-------- Data for review

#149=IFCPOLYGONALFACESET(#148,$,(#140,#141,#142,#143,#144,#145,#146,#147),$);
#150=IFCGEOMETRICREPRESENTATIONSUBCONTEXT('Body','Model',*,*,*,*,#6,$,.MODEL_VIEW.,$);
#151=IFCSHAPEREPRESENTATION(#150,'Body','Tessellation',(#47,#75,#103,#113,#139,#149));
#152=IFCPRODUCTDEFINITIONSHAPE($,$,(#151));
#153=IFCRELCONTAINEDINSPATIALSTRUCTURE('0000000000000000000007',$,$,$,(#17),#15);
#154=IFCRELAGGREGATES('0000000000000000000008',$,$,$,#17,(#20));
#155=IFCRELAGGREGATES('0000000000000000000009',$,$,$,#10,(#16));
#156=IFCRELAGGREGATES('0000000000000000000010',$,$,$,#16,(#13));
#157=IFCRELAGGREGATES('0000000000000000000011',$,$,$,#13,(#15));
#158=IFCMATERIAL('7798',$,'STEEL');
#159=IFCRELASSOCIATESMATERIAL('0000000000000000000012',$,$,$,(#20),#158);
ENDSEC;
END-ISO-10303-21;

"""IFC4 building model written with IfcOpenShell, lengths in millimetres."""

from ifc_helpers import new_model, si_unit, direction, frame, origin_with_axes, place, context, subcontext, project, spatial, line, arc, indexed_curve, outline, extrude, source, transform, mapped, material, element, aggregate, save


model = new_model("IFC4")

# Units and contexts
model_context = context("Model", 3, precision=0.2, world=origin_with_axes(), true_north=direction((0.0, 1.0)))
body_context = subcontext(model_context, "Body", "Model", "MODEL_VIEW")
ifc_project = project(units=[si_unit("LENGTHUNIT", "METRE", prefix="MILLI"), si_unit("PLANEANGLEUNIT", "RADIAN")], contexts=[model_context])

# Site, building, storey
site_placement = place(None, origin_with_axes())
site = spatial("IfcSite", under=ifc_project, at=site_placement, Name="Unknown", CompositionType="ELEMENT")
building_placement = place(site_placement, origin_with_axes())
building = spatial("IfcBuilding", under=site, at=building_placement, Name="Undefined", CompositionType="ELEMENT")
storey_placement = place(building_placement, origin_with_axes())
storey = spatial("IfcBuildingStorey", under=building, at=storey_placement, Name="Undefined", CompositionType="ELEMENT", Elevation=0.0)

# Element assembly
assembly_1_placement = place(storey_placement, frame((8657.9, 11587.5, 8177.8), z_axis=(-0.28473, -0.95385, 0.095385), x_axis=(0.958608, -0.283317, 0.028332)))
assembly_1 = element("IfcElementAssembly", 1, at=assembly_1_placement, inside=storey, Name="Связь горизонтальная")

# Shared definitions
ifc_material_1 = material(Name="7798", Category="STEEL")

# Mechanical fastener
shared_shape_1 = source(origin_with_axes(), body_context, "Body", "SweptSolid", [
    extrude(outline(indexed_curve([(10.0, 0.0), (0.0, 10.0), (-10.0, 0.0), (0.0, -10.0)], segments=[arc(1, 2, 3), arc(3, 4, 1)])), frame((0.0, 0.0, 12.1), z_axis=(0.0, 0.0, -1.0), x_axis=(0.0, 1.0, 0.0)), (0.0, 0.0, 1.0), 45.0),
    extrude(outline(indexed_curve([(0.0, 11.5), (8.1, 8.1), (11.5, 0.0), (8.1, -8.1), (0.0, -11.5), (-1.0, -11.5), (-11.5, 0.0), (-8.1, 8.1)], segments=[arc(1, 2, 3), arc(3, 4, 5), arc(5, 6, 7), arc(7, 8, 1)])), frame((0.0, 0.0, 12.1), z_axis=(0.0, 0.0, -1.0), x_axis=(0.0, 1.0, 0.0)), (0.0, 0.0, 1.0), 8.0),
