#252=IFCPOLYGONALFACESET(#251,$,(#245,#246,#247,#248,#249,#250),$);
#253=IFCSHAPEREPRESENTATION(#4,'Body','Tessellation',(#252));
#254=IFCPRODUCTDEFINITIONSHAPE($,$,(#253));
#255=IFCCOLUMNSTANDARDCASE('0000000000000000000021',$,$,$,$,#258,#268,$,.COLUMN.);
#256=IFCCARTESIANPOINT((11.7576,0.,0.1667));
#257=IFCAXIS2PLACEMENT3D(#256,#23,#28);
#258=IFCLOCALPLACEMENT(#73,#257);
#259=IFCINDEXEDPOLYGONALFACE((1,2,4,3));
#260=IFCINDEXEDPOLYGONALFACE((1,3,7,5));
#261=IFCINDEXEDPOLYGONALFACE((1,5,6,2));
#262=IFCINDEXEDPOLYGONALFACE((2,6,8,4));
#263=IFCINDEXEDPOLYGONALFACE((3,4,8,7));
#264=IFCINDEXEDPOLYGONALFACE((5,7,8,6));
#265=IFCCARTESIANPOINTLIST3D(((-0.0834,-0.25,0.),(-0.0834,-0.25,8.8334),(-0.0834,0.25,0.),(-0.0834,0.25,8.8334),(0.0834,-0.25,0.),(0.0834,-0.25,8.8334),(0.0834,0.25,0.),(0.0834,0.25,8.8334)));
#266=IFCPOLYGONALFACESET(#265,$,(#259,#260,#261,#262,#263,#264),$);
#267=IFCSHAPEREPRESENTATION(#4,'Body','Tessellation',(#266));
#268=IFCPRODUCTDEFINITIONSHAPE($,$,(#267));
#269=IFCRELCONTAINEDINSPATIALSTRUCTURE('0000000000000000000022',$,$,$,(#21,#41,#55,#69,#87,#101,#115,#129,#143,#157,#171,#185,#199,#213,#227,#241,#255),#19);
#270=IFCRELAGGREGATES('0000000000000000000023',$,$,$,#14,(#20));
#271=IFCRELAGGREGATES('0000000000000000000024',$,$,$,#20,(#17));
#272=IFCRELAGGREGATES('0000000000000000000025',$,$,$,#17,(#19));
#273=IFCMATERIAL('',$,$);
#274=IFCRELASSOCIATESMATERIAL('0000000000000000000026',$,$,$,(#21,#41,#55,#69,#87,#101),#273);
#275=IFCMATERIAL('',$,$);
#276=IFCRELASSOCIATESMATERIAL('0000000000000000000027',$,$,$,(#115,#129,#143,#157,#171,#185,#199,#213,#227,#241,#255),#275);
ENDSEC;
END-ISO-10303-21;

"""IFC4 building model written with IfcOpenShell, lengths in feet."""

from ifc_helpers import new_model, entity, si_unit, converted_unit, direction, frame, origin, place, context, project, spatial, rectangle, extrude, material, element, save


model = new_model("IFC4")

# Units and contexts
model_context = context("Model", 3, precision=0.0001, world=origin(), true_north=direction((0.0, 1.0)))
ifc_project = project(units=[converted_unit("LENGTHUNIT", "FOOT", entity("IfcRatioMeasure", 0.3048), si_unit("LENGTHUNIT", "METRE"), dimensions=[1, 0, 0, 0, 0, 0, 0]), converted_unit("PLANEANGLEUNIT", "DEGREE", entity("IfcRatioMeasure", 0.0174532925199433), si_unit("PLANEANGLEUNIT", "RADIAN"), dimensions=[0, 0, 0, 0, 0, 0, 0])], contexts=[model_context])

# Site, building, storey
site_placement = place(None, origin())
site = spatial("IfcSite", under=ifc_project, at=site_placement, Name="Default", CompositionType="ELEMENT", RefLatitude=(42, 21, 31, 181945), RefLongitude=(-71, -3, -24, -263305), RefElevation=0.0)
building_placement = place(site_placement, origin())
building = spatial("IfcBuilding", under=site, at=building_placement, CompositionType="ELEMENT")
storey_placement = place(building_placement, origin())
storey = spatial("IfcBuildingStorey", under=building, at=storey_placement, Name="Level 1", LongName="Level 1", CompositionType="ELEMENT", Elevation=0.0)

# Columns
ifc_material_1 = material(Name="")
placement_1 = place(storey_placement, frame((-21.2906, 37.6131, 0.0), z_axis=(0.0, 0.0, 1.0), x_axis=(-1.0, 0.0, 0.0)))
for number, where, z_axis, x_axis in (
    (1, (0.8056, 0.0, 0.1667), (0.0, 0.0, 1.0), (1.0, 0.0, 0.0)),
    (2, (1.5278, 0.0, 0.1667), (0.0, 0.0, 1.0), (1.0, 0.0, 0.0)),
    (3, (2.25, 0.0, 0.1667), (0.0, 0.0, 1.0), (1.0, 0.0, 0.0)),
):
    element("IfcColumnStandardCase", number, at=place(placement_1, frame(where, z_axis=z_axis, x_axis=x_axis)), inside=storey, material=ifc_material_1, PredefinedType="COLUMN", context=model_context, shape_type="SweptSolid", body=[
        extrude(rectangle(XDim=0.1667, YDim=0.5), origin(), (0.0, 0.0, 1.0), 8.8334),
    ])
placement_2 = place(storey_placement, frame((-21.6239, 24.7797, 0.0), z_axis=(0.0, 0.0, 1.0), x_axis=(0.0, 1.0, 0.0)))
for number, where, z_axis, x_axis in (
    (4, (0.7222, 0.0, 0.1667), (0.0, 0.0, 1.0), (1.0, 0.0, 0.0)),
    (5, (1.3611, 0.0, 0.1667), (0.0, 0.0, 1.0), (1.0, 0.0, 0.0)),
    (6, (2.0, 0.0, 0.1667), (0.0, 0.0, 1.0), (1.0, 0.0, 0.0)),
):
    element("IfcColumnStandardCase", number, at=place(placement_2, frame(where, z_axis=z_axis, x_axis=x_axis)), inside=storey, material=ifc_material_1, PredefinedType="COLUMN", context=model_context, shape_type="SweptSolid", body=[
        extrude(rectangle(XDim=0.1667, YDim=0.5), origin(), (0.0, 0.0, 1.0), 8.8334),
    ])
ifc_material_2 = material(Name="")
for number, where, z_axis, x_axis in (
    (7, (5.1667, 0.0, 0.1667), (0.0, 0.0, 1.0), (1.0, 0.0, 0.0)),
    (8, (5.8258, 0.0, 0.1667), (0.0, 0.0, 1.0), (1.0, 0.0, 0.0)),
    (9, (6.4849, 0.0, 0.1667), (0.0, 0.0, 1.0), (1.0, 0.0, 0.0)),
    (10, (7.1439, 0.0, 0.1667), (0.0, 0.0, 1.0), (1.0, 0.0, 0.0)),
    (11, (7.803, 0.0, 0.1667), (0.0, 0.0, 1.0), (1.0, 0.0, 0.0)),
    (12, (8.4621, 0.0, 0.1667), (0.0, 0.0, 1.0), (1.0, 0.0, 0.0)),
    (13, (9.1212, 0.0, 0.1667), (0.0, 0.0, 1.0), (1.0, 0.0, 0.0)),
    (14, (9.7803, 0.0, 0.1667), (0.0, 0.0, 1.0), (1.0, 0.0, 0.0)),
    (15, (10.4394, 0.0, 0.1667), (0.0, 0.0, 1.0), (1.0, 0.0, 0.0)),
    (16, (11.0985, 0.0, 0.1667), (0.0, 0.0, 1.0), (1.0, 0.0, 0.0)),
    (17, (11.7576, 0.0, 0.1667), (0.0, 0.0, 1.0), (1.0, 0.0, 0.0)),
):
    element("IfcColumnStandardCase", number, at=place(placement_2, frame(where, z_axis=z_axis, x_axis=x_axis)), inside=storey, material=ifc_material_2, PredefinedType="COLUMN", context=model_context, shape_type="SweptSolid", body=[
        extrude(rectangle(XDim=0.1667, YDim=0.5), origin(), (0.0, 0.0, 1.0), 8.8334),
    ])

----------------

What is expected >>
Give nothing except how many lines of the records include "IfcSite".

Response box >>
2